You’ve heard me frequently say in rehearsal: “We want a unified vowel on that.” What do I mean by that? And why so much attention to vowels when we sing? I’ve had you repeat the sentence: “Vowels carry beauty and consonants carry expression.” The beauty of our sound is dependent upon our vowel shape – both as individual singers and together as a choir. Each vowel has a “colour” and can be a bright vowel (chiaro = clear) or a dark vowel (oscuro = obscure, dark, murky) or a combination of the two. Renaissance paintings were all about the contrasts of bright and dark (chiaroscuro). That term found its way into bel canto singing as well.
Examples of bright vowels: “ee” as in “heat” / “eh” as in “head” / “a” as in “hat”. They are bright because they are placed in the front of your mouth.
Examples of darker vowels: “oo” as in “who” / “oh” as in “hope” / “ah” as in “hot”. They more closed and resonant more inside the mouth.
“Ah” is the in-between vowel. It can be dark and covered or it can be brighter, depending upon where you place it in your mouth. I can hear you experimenting with that right now as you read!
A good example of this is the playing of a didgeridoo or a jaw harp – it’s the vowel shifts between bright and dark that create the change in sound.
If vowels are too bright, they sound edgy (nyah-nyah or a witch’s cackle), but if they are too dark they sound swallowed, fuzzy and unsupported. So, it’s best when we can combine dark and light vowels to get both warmth and clarity.
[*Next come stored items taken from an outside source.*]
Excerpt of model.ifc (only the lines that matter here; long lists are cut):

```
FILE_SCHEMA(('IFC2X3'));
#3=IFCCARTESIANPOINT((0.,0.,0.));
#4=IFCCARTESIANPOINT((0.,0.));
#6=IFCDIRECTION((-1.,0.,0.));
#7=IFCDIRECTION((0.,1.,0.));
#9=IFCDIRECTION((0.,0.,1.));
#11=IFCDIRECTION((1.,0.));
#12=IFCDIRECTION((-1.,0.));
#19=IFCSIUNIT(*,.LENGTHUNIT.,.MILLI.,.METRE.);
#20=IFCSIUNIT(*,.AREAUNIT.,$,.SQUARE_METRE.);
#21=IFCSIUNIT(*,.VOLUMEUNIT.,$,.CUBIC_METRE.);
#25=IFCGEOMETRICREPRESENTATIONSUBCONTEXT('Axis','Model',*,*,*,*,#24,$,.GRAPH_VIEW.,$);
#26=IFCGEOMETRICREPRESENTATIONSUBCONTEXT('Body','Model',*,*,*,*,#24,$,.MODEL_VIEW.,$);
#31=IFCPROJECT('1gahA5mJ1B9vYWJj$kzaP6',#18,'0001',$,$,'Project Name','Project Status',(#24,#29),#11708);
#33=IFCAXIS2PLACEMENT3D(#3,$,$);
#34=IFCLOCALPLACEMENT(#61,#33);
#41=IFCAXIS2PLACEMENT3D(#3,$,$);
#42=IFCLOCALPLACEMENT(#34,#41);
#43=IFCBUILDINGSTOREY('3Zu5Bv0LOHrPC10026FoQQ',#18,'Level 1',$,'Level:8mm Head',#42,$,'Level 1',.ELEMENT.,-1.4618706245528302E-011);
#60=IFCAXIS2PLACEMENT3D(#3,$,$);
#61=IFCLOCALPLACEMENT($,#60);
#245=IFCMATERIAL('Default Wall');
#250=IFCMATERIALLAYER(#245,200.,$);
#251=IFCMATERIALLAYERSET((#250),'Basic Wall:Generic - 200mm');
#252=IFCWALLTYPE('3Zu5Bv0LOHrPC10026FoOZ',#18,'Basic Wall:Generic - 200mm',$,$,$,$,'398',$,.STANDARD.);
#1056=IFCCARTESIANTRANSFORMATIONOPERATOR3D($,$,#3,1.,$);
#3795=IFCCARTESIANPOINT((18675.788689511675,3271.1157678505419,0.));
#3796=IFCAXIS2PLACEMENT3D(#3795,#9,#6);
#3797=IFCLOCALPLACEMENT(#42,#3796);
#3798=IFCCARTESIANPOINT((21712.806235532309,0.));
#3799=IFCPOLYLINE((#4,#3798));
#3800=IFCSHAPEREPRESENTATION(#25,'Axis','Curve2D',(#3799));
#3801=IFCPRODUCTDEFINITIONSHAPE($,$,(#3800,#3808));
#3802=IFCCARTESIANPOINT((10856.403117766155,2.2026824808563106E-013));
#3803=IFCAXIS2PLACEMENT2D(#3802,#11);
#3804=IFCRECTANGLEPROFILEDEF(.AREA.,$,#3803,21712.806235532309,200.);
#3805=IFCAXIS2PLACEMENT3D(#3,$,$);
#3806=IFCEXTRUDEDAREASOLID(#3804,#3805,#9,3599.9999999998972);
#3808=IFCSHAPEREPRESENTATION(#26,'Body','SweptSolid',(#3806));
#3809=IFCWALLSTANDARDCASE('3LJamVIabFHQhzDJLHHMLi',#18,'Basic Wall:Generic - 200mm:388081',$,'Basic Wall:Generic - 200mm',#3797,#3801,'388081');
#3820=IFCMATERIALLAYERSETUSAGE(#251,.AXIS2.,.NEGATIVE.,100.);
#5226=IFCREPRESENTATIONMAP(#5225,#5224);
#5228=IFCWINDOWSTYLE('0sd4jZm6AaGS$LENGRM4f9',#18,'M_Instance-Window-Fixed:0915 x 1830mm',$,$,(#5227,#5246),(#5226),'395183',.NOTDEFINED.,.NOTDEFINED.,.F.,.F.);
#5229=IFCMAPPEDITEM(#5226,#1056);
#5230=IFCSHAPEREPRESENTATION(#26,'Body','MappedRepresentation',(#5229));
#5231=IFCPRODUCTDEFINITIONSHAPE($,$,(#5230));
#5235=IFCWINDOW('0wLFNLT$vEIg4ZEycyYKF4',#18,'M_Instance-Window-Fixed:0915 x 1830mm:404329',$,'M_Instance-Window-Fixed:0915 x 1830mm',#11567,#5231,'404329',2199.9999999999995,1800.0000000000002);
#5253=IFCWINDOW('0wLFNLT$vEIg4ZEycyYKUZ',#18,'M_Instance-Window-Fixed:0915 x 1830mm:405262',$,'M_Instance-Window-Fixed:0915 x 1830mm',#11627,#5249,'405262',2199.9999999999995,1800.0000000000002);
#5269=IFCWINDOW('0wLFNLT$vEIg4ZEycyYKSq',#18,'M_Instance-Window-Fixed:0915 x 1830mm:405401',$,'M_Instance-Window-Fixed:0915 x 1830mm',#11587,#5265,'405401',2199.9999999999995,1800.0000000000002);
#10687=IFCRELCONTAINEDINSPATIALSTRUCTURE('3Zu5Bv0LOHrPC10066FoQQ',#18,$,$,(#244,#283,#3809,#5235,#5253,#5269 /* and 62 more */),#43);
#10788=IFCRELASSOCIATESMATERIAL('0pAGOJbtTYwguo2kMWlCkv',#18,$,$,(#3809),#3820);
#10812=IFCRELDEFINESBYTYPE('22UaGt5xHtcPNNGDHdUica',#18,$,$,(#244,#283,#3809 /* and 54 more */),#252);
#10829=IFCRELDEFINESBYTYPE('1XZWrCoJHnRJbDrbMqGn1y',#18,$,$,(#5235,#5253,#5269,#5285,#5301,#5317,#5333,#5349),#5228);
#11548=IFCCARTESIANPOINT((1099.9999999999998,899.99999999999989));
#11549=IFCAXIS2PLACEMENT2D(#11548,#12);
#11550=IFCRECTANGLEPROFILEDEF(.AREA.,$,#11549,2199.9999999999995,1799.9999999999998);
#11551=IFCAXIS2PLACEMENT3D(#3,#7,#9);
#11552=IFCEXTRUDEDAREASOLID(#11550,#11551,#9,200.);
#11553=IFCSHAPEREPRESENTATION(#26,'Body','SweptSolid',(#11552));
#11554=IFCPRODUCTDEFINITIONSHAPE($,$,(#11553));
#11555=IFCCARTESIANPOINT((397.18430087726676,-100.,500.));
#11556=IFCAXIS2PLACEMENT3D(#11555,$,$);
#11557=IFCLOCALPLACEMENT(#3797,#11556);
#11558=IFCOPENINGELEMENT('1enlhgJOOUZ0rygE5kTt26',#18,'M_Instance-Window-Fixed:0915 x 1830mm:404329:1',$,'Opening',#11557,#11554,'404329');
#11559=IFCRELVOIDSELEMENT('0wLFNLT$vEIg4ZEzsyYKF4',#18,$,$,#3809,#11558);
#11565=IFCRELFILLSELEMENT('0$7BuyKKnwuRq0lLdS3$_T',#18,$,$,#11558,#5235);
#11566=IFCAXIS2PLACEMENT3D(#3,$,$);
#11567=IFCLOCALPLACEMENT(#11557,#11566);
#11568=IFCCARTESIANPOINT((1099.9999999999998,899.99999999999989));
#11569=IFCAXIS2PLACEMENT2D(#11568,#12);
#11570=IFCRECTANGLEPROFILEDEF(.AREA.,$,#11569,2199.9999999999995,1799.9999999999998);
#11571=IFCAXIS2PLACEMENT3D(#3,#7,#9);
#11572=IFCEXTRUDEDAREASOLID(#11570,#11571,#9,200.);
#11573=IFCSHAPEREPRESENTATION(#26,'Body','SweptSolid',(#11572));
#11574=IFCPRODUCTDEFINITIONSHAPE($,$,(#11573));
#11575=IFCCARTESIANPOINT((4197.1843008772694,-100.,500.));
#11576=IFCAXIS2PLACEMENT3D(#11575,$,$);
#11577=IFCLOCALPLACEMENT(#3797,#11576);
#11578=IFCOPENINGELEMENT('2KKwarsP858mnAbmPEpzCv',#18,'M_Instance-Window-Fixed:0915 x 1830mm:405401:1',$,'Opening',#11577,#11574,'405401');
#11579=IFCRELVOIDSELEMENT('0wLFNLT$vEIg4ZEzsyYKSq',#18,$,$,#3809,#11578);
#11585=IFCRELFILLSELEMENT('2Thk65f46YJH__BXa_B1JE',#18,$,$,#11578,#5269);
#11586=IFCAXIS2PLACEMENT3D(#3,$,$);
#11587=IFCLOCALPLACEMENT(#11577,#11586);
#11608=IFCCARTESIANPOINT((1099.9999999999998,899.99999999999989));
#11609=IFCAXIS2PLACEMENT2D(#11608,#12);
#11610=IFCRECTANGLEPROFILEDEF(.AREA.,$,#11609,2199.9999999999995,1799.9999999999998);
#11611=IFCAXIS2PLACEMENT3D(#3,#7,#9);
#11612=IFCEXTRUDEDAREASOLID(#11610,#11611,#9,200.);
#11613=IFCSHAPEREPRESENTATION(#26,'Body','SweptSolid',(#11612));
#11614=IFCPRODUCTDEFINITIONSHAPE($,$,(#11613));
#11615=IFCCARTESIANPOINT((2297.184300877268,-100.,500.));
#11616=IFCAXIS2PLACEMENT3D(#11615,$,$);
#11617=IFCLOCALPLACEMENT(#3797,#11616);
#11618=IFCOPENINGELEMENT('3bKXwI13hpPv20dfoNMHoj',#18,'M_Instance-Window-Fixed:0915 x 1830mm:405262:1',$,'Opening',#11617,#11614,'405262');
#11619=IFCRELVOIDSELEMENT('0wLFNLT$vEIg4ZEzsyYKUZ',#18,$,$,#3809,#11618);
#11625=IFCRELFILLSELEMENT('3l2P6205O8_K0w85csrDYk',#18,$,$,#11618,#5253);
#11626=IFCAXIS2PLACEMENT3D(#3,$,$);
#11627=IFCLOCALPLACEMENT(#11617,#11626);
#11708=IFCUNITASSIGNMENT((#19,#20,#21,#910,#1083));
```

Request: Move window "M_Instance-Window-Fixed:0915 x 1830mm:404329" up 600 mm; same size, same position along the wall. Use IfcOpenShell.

```python
import numpy as np
import ifcopenshell
import ifcopenshell.api.geometry
import ifcopenshell.util.placement
import ifcopenshell.util.unit

model = ifcopenshell.open("model.ifc")
unit_scale = ifcopenshell.util.unit.calculate_unit_scale(model)

window = model.by_guid("0wLFNLT$vEIg4ZEycyYKF4")
opening = window.FillsVoids[0].RelatingOpeningElement
dz = 600.0

shift = np.array([0.0, 0.0, dz])
# The window is placed relative to its opening, so it follows when the opening moves.
matrix = ifcopenshell.util.placement.get_local_placement(opening.ObjectPlacement)
matrix[:3, 3] += shift
ifcopenshell.api.geometry.edit_object_placement(
    model, product=opening, matrix=matrix, is_si=False, should_transform_children=True
)

print(f"moved by {dz * unit_scale:+.3f} m")

model.write("model_edited.ifc")
```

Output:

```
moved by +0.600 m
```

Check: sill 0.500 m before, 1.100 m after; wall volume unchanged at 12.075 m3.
I’ve often asked you to “tuck in” the corners of your mouth when you sing; to sing your vowels “North-South” not “East-West”; or to sing “tall” vowels. Those are just 3 ways of saying the same thing – we want to let the vowels resonate in the front of our face, BUT we also need to space in the mouth to create the warmth in the sound.
While you’re social distancing or self-quarantined, why not experiment in a mirror with your vowel shape and sound?